A rare unpublished Charlotte Bronte manuscript dating back to August 1830 has sold for a record £690,850 today at Sotheby's auction house in London.

The tiny book, titled The Young Men's Magazine: Number 2 more than doubled its predicted sell price of £300,000 after it went on auction at Sotheby's English Literature, History, Children's Books and Illustrations sale.

The La Musée des Lettres et Manuscrits Musuem in Paris bought the miniature masterpiece which measures just 35mm by 61mm even though the Bronte Parsonage Museum, based in the literary family's home town of Haworth in West Yorks, had offered £600,000 get their hands on it.

The book, which was written when Bronte was 14, 17 years before she wrote the iconic Jane Eyre, and features 400 words across 19 pages. It is one of six handwritten Young Men's Magazine books created by Bronte and her siblings.

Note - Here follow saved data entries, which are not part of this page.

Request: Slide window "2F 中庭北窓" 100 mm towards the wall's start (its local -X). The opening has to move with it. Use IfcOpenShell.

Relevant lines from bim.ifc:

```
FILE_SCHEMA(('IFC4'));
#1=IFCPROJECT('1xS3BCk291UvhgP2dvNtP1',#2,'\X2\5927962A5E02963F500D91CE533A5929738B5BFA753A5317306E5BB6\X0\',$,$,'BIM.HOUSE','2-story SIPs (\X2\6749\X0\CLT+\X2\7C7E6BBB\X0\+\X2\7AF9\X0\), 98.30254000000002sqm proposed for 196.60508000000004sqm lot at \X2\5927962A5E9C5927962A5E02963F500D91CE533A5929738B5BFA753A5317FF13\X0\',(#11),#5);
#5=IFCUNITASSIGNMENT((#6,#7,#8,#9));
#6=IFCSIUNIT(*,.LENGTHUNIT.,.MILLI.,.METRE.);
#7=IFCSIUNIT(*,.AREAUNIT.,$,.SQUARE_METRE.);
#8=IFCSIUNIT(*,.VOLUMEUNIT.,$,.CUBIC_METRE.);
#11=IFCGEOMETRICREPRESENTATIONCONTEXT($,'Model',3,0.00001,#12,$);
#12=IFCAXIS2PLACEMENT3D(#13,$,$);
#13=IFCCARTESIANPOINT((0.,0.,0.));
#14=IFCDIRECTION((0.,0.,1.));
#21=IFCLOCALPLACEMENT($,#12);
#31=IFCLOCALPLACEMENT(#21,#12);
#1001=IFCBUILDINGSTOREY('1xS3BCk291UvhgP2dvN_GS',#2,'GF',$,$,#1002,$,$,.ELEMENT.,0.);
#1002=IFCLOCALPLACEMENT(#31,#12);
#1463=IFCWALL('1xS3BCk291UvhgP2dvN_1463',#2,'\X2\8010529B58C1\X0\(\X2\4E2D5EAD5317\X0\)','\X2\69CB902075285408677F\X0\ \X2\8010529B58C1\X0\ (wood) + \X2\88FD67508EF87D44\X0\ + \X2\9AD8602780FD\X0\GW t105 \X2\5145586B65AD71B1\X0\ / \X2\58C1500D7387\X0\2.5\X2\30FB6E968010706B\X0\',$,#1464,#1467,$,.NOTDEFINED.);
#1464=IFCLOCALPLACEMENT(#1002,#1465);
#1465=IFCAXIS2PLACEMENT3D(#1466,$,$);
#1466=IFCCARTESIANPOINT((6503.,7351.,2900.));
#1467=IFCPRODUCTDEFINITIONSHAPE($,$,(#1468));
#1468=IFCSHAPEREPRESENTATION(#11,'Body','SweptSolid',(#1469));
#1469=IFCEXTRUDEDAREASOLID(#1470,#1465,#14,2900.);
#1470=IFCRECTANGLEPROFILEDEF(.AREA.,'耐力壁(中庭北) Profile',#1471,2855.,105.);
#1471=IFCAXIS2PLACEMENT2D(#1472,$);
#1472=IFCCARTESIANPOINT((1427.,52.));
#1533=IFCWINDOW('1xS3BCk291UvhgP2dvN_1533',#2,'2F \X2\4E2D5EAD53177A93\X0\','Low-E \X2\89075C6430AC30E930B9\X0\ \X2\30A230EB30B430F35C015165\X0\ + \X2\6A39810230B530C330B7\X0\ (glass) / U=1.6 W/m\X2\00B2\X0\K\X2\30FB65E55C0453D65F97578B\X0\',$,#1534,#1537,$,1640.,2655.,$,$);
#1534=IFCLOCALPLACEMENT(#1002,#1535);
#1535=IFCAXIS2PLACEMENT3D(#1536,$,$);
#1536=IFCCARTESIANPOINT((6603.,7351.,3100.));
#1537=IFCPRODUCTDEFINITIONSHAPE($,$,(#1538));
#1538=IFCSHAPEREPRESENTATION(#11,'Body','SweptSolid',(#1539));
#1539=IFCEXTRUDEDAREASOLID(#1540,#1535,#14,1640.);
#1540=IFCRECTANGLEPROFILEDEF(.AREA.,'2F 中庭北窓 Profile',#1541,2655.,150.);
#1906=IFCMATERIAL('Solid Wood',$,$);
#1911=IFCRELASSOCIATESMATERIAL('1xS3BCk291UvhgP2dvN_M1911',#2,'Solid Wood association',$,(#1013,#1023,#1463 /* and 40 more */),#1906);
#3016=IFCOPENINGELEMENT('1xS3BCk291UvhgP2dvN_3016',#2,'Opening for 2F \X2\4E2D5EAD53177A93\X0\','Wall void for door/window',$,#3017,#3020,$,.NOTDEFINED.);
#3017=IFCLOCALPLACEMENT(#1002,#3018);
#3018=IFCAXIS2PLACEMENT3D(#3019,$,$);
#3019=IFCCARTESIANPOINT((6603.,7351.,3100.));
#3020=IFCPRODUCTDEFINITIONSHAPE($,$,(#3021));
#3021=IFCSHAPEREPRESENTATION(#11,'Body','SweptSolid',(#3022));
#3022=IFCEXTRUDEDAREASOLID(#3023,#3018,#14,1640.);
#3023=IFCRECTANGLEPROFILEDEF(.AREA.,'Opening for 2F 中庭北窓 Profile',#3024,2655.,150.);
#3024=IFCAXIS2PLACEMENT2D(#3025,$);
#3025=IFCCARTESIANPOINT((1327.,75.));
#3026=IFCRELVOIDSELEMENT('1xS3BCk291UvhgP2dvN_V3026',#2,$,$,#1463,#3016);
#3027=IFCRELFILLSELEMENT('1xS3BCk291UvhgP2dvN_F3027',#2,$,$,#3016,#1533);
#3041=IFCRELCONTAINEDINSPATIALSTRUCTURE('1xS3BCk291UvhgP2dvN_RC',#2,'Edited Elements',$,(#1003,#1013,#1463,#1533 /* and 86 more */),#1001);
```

```python
import ifcopenshell
import ifcopenshell.api.geometry
import ifcopenshell.util.placement
import ifcopenshell.util.unit

model = ifcopenshell.open("bim.ifc")
unit_scale = ifcopenshell.util.unit.calculate_unit_scale(model)

window = model.by_guid("1xS3BCk291UvhgP2dvN_1533")
opening = window.FillsVoids[0].RelatingOpeningElement
wall = opening.VoidsElements[0].RelatingBuildingElement

wall_matrix = ifcopenshell.util.placement.get_local_placement(wall.ObjectPlacement)
shift = wall_matrix[:3, 0] * -0.1 / unit_scale
before = ifcopenshell.util.placement.get_local_placement(window.ObjectPlacement)[:3, 3].copy()

# The window is not placed relative to its opening, so move both.
for product in (opening, window):
    matrix = ifcopenshell.util.placement.get_local_placement(product.ObjectPlacement)
    matrix[:3, 3] += shift
    ifcopenshell.api.geometry.edit_object_placement(model, product=product, matrix=matrix, is_si=False)

after = ifcopenshell.util.placement.get_local_placement(window.ObjectPlacement)[:3, 3]
print("window moved by", (after - before).round(3) + 0.0)

model.write("bim-out.ifc")
```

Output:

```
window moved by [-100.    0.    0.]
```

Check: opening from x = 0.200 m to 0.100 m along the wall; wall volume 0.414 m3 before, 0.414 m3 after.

Today the Lucasta Miller, author of The Brontë Myth, told The Guardian that the sale to the French Musuem was "a genuine loss. This manuscript embodies a phase in [Charlotte Brontë's] early development, and provides real insights into how she went on to produce her mature masterpieces, Jane Eyre and Villette. As a physical object it is not just of sentimental value. The tiny pages and the microscopic writing embody the nature of her creativity so uncannily that you have to see the manuscript in the flesh truly to feel and understand how her imagination worked."

La Musée des Lettres et Manuscrits plans to put the manuscript on display in January.